[Exercise]:
The answer must consist of every line below containing "wood".

[Records shown]:
Segment Open

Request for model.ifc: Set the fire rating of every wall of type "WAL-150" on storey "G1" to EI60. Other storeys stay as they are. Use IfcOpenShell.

First a look at what the model holds.

```python
import ifcopenshell
import ifcopenshell.util.element

model = ifcopenshell.open("model.ifc")
print(model.schema)
storey = next(s for s in model.by_type("IfcBuildingStorey") if s.Name == "G1")
walls = [e for e in ifcopenshell.util.element.get_decomposition(storey) if e.is_a("IfcWall")]
seen = {}
for e in walls:
    element_type = ifcopenshell.util.element.get_type(e)
    key = (element_type.Name if element_type != e and element_type else None, ifcopenshell.util.element.get_pset(e, "Pset_WallCommon", "FireRating"))
    seen[key] = seen.get(key, 0) + 1
for (name, value), count in sorted(seen.items(), key=str):
    print(count, "x", name, "|", value)
```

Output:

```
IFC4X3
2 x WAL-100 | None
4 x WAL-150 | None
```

```python
import ifcopenshell
import ifcopenshell.api.pset
import ifcopenshell.util.element

model = ifcopenshell.open("model.ifc")

storey = next(s for s in model.by_type("IfcBuildingStorey") if s.Name == "G1")
walls = [e for e in ifcopenshell.util.element.get_decomposition(storey) if e.is_a("IfcWall")]

count = 0
for e in walls:
    element_type = ifcopenshell.util.element.get_type(e)
    if element_type in (None, e) or element_type.Name != "WAL-150":
        continue
    # add_pset returns the element's existing set when there is one.
    pset = ifcopenshell.api.pset.add_pset(model, product=e, name="Pset_WallCommon")
    ifcopenshell.api.pset.edit_pset(model, pset=pset, properties={"FireRating": "EI60"})
    count += 1

print(count, "walls updated")

model.write("model_edited.ifc")
```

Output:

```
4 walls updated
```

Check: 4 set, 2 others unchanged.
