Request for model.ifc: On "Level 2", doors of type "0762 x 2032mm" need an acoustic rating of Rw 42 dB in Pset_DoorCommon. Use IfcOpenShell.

First a look at what the model holds.

```python
import ifcopenshell
import ifcopenshell.util.element

model = ifcopenshell.open("model.ifc")
print(model.schema)
storey = next(s for s in model.by_type("IfcBuildingStorey") if s.Name == "Level 2")
doors = [e for e in ifcopenshell.util.element.get_decomposition(storey) if e.is_a("IfcDoor")]
seen = {}
for e in doors:
    element_type = ifcopenshell.util.element.get_type(e)
    key = (element_type.Name if element_type != e and element_type else None, ifcopenshell.util.element.get_pset(e, "Pset_DoorCommon", "AcousticRating"))
    seen[key] = seen.get(key, 0) + 1
for (name, value), count in sorted(seen.items(), key=str):
    print(count, "x", name, "|", value)
```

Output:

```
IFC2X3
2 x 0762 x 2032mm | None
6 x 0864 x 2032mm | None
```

```python
import ifcopenshell
import ifcopenshell.api.pset
import ifcopenshell.util.element

model = ifcopenshell.open("model.ifc")

storey = next(s for s in model.by_type("IfcBuildingStorey") if s.Name == "Level 2")
doors = [e for e in ifcopenshell.util.element.get_decomposition(storey) if e.is_a("IfcDoor")]

count = 0
for e in doors:
    element_type = ifcopenshell.util.element.get_type(e)
    if element_type in (None, e) or element_type.Name != "0762 x 2032mm":
        continue
    # add_pset returns the element's existing set when there is one.
    pset = ifcopenshell.api.pset.add_pset(model, product=e, name="Pset_DoorCommon")
    ifcopenshell.api.pset.edit_pset(model, pset=pset, properties={"AcousticRating": "Rw 42 dB"})
    count += 1

print(count, "doors updated")

model.write("model-out.ifc")
```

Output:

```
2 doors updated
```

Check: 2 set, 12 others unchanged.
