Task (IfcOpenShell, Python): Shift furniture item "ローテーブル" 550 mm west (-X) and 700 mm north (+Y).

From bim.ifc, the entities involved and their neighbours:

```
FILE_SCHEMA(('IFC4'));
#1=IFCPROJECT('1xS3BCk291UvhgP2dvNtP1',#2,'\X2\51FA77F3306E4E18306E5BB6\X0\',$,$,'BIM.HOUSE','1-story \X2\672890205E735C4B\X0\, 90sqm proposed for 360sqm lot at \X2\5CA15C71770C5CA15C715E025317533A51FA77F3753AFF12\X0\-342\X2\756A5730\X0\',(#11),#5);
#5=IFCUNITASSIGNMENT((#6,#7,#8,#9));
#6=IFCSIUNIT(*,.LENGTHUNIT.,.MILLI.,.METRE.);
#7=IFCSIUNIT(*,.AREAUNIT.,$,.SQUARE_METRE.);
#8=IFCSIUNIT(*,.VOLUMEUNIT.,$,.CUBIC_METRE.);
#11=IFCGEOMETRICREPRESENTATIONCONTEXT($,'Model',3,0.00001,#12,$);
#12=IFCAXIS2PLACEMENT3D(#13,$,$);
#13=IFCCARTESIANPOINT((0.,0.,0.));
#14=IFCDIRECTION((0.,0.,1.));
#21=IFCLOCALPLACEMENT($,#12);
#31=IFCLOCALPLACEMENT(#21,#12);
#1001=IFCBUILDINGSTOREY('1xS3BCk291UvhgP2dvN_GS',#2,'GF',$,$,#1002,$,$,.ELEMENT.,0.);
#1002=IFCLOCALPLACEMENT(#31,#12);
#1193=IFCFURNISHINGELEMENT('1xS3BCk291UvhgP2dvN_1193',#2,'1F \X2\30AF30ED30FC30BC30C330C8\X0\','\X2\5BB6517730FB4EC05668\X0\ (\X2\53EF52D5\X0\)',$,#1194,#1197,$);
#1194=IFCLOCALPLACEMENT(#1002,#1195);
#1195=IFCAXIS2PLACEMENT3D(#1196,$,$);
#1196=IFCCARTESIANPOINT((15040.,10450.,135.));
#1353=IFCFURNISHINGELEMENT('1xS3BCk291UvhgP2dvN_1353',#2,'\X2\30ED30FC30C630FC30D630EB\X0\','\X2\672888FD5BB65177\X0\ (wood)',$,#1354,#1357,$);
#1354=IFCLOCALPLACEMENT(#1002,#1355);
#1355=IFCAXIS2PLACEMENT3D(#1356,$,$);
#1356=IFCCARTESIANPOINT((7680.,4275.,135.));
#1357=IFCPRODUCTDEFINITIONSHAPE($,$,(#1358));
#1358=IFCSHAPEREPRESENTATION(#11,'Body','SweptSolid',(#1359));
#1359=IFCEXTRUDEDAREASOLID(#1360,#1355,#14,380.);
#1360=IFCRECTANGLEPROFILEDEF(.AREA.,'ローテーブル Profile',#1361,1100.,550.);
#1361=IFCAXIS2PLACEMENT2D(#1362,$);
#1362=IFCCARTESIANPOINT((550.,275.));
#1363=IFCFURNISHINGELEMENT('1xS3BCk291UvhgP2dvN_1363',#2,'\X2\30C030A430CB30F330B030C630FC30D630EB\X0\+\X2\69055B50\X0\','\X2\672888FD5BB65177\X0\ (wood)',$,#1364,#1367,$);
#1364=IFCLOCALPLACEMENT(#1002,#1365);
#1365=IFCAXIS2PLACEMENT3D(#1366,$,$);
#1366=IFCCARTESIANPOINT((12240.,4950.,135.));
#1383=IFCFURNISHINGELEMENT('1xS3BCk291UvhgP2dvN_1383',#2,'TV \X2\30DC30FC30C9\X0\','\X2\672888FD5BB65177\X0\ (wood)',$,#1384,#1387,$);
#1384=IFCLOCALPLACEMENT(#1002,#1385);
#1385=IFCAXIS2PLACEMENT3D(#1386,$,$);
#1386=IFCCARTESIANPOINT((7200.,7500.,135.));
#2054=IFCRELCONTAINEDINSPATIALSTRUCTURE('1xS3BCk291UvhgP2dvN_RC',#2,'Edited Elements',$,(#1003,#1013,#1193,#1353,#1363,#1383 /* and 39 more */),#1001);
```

```python
import ifcopenshell
import ifcopenshell.api.geometry
import ifcopenshell.util.placement
import ifcopenshell.util.unit

model = ifcopenshell.open("bim.ifc")
unit_scale = ifcopenshell.util.unit.calculate_unit_scale(model)

item = model.by_guid("1xS3BCk291UvhgP2dvN_1353")
matrix = ifcopenshell.util.placement.get_local_placement(item.ObjectPlacement)
matrix[0, 3] -= 0.55 / unit_scale
matrix[1, 3] += 0.7 / unit_scale
ifcopenshell.api.geometry.edit_object_placement(model, product=item, matrix=matrix, is_si=False)

print(ifcopenshell.util.placement.get_local_placement(item.ObjectPlacement).round(3) + 0.0)

model.write("bim-out.ifc")
```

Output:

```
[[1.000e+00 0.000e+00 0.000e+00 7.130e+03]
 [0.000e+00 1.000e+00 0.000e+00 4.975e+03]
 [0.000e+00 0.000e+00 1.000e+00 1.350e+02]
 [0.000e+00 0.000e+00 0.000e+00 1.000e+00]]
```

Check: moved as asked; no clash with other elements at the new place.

Segment Closed

[Response to the task]:
#1353=IFCFURNISHINGELEMENT('1xS3BCk291UvhgP2dvN_1353',#2,'\X2\30ED30FC30C630FC30D630EB\X0\','\X2\672888FD5BB65177\X0\ (wood)',$,#1354,#1357,$);
#1363=IFCFURNISHINGELEMENT('1xS3BCk291UvhgP2dvN_1363',#2,'\X2\30C030A430CB30F330B030C630FC30D630EB\X0\+\X2\69055B50\X0\','\X2\672888FD5BB65177\X0\ (wood)',$,#1364,#1367,$);
#1383=IFCFURNISHINGELEMENT('1xS3BCk291UvhgP2dvN_1383',#2,'TV \X2\30DC30FC30C9\X0\','\X2\672888FD5BB65177\X0\ (wood)',$,#1384,#1387,$);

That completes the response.